* Exercise description *
In full and without alteration, print the entries that follow.

START Provided records

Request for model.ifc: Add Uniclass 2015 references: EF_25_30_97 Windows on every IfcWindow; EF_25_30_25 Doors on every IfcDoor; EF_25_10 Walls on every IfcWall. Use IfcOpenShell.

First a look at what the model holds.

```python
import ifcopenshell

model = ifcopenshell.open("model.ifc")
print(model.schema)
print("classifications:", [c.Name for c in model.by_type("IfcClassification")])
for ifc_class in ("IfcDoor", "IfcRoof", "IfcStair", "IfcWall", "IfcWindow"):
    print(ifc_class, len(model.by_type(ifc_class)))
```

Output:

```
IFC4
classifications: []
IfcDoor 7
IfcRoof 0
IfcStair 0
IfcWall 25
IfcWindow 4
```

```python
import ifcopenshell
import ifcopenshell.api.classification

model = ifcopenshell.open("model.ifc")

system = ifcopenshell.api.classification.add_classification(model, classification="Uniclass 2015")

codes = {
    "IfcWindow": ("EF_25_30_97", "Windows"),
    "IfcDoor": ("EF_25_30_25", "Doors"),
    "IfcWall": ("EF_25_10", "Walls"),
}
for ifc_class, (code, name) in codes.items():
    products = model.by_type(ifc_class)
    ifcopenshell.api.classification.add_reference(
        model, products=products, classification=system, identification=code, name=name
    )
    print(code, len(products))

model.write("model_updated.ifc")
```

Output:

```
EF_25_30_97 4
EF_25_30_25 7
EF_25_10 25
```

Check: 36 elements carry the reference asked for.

END Provided records

* Task result *
Request for model.ifc: Add Uniclass 2015 references: EF_25_30_97 Windows on every IfcWindow; EF_25_30_25 Doors on every IfcDoor; EF_25_10 Walls on every IfcWall. Use IfcOpenShell.

First a look at what the model holds.

```python
import ifcopenshell

model = ifcopenshell.open("model.ifc")
print(model.schema)
print("classifications:", [c.Name for c in model.by_type("IfcClassification")])
for ifc_class in ("IfcDoor", "IfcRoof", "IfcStair", "IfcWall", "IfcWindow"):
    print(ifc_class, len(model.by_type(ifc_class)))
```

Output:

```
IFC4
classifications: []
IfcDoor 7
IfcRoof 0
IfcStair 0
IfcWall 25
IfcWindow 4
```

```python
import ifcopenshell
import ifcopenshell.api.classification

model = ifcopenshell.open("model.ifc")

system = ifcopenshell.api.classification.add_classification(model, classification="Uniclass 2015")

codes = {
    "IfcWindow": ("EF_25_30_97", "Windows"),
    "IfcDoor": ("EF_25_30_25", "Doors"),
    "IfcWall": ("EF_25_10", "Walls"),
}
for ifc_class, (code, name) in codes.items():
    products = model.by_type(ifc_class)
    ifcopenshell.api.classification.add_reference(
        model, products=products, classification=system, identification=code, name=name
    )
    print(code, len(products))

model.write("model_updated.ifc")
```

Output:

```
EF_25_30_97 4
EF_25_30_25 7
EF_25_10 25
```

Check: 36 elements carry the reference asked for.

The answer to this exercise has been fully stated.